Figure 1:

Full-length antibody biopharmaceuticals continue to capture significant market due to their validated effectiveness as specific therapeutics. However, more recently it has been recognized that full-length antibodies may not always be necessary because antibody fragments can provide opportunity for new therapeutics with less complicated, higher-yielding production processes such as Escherichia coli and yeast microbial systems. For full-length antibodies, the downstream processing is facilitated by use of protein A–based affinity adsorbents for capture and initial purification; however there has been a lack of a similar specific adsorbent for the capture and initial purification of antibody fragments.

A synthetic ligand capable of binding to the light-chain binding site of antibodies was identified by screening of chemical combinatorial ligand libraries. The resulting adsorbent, Fabsorbent™ F1P HF, is effective for capture and initial purification of antibody fragments from a variety of sources.

Introduction

Fabsorbent™ F1P HF is a synthetic-ligand light-chain binding adsorbent that can be used as a superior alternative to Protein L for the capture and purification of antibody fragments including monovalent antibody fragments (e.g. Fab, scFv), engineered antibody variants, and single-domain antibodies. Fabsorbent F1P HF binds to both kappa (κ) and lambda (λ) light chains of IgG — unlike Protein L ligand adsorbent, which binds only to the κ light chain of the antibody molecule.

This application note describes the purification of a recombinant VL domain antibody, the smallest antigen-binding fragment expressed in E. coli antibody directly from cell lysate.

Materials and Methods

Recombinant VL domain antibody from cell culture lysate (adjusted to pH 8.0) was captured by chromatography on Fabsorbent F1P HF (1 × 2.5-cm column), equilibrated with 25 mM Tris–HCI (pH 8.0) buffer connected to a chromatography workstation. The residence time of the applied sample on the column was three minutes. Bound protein was eluted with 50 mM sodium citrate (pH 3.0) buffer. The column was cleaned with 0.5 M NaOH.

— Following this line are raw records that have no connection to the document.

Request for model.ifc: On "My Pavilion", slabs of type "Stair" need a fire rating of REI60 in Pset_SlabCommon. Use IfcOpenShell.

First a look at what the model holds.

```python
import ifcopenshell
import ifcopenshell.util.element

model = ifcopenshell.open("model.ifc")
print(model.schema)
storey = next(s for s in model.by_type("IfcBuildingStorey") if s.Name == "My Pavilion")
slabs = [e for e in ifcopenshell.util.element.get_decomposition(storey) if e.is_a("IfcSlab")]
seen = {}
for e in slabs:
    element_type = ifcopenshell.util.element.get_type(e)
    key = (element_type.Name if element_type != e and element_type else None, ifcopenshell.util.element.get_pset(e, "Pset_SlabCommon", "FireRating"))
    seen[key] = seen.get(key, 0) + 1
for (name, value), count in sorted(seen.items(), key=str):
    print(count, "x", name, "|", value)
```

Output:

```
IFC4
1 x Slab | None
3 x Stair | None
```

```python
import ifcopenshell
import ifcopenshell.api.pset
import ifcopenshell.util.element

model = ifcopenshell.open("model.ifc")

storey = next(s for s in model.by_type("IfcBuildingStorey") if s.Name == "My Pavilion")
slabs = [e for e in ifcopenshell.util.element.get_decomposition(storey) if e.is_a("IfcSlab")]

count = 0
for e in slabs:
    element_type = ifcopenshell.util.element.get_type(e)
    if element_type in (None, e) or element_type.Name != "Stair":
        continue
    # add_pset returns the element's existing set when there is one.
    pset = ifcopenshell.api.pset.add_pset(model, product=e, name="Pset_SlabCommon")
    ifcopenshell.api.pset.edit_pset(model, pset=pset, properties={"FireRating": "REI60"})
    count += 1

print(count, "slabs updated")

model.write("model_rev.ifc")
```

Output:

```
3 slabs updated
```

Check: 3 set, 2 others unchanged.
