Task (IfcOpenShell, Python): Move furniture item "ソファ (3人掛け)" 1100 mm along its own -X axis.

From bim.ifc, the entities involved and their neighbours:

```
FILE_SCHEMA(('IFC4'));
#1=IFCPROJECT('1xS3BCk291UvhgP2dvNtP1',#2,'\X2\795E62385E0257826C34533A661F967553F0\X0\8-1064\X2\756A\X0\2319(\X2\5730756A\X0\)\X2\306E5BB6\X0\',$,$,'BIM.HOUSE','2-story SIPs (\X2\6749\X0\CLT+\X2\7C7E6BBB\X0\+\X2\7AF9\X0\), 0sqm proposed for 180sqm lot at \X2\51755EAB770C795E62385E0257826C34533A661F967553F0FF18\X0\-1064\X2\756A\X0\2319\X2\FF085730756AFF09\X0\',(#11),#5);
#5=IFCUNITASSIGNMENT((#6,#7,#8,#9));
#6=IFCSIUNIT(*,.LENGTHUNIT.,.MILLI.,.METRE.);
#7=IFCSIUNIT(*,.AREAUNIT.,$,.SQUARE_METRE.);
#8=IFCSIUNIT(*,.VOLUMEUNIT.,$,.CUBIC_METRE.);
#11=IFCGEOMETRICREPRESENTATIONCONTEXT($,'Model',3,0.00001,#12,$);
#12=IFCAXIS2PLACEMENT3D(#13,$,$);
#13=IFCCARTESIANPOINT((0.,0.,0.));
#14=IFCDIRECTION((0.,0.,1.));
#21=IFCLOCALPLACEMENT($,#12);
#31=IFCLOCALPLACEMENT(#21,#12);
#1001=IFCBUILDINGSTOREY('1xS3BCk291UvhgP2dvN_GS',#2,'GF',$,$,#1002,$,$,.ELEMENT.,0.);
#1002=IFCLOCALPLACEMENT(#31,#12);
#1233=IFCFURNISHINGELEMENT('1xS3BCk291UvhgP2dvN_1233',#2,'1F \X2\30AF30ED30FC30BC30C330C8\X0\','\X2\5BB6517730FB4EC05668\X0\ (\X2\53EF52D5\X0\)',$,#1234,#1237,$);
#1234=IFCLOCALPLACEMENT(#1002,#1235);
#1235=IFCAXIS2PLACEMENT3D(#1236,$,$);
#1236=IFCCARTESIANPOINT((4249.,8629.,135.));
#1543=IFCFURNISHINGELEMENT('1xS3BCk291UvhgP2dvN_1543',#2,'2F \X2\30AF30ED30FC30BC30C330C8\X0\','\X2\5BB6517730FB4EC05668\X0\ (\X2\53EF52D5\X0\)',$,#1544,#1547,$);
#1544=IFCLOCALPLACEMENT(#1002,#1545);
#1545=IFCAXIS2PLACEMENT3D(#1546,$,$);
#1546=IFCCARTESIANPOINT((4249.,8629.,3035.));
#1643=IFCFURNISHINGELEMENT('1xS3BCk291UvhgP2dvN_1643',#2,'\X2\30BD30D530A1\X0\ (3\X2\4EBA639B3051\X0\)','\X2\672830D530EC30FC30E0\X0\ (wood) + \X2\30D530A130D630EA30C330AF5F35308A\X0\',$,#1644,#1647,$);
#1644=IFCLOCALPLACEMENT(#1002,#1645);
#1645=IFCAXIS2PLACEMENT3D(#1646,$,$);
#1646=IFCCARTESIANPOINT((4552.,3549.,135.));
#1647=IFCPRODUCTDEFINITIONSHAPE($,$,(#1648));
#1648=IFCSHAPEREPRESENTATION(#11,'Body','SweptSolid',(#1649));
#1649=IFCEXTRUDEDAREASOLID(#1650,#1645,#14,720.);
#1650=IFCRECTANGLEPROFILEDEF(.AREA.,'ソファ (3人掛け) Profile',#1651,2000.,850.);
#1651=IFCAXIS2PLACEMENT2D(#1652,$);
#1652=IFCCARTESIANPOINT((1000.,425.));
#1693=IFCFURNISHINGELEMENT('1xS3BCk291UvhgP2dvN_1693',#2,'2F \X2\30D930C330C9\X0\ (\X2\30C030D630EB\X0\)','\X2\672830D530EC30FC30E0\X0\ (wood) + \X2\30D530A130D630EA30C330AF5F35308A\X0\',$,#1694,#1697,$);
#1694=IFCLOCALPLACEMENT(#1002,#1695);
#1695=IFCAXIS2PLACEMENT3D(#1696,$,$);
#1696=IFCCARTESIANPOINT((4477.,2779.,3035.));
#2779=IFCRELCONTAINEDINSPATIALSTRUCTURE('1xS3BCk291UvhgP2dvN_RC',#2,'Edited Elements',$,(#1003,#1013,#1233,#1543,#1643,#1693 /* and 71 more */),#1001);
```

```python
import ifcopenshell
import ifcopenshell.api.geometry
import ifcopenshell.util.placement
import ifcopenshell.util.unit

model = ifcopenshell.open("bim.ifc")
unit_scale = ifcopenshell.util.unit.calculate_unit_scale(model)

item = model.by_guid("1xS3BCk291UvhgP2dvN_1643")
matrix = ifcopenshell.util.placement.get_local_placement(item.ObjectPlacement)
matrix[:3, 3] -= matrix[:3, 0] * 1.1 / unit_scale
ifcopenshell.api.geometry.edit_object_placement(model, product=item, matrix=matrix, is_si=False)

print(ifcopenshell.util.placement.get_local_placement(item.ObjectPlacement).round(3) + 0.0)

model.write("bim-out.ifc")
```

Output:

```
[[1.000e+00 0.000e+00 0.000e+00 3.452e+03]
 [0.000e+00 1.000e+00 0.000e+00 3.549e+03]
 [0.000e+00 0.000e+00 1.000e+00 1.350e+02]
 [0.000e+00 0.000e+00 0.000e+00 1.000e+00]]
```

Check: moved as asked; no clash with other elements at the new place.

Fractions from the column were analyzed by SDS-PAGE using a 4–12% gradient Bis–Tris SDS-PAGE from Invitrogen and by gel-permeation chromatography using a TSK Gel Super SW3000 column from Tosoh Biosciences developed at a flow rate of 0.3 mL/min with detection at 280 nm. Total protein was determined with a Bradford assay, and host-cell proteins were measured using a commercial E. coli HCP ELISA Kit from Cygnus Technologies.

Results

Figure 1 illustrates the purification of recombinant VL domain antibody using Fabsorbent F1P HF. Most bound protein eluted as a sharp peak, with a small shoulder at the leading edge of the peak.

Figure 1: ()

Analysis of the column fractions by SDS-PAGE indicates that most host-cell related impurities flow through the Fabsorbent F1P HF column. The elution fraction contains concentrated target protein with some minor impurities (Figure 2). Purity of the eluted fraction was further assessed by analytical gel-permeation chromatography (Figure 3).

Figure 2: ()

Figure 3: ()

The concentration of VL domain antibody in crude cell lysate was 0.5 mg/mL, representing 11% of the total protein applied onto the column. Recovery of the target protein in the elution fraction was 98% of the applied protein, indicating that Fabsorbent F1P HF provides high recoveries of the light-chain–containing antibody domain fragments. Additionally, a 98% HCP reduction was obtained in the elution fraction containing the target protein. The dynamic binding capacity of the adsorbent for this VL domain antibody is >9 g/L.

Conclusions

Fabsorbent F1P HF is an alternative to protein L–based adsorbents for the capture and purification of engineered light-chain–containing antibody domain fragments. It has superior binding capacity and provides good clearance of host-cell–related impurities, and elution of the bound protein by pH makes this adsorbent ideally suited for process scale applications.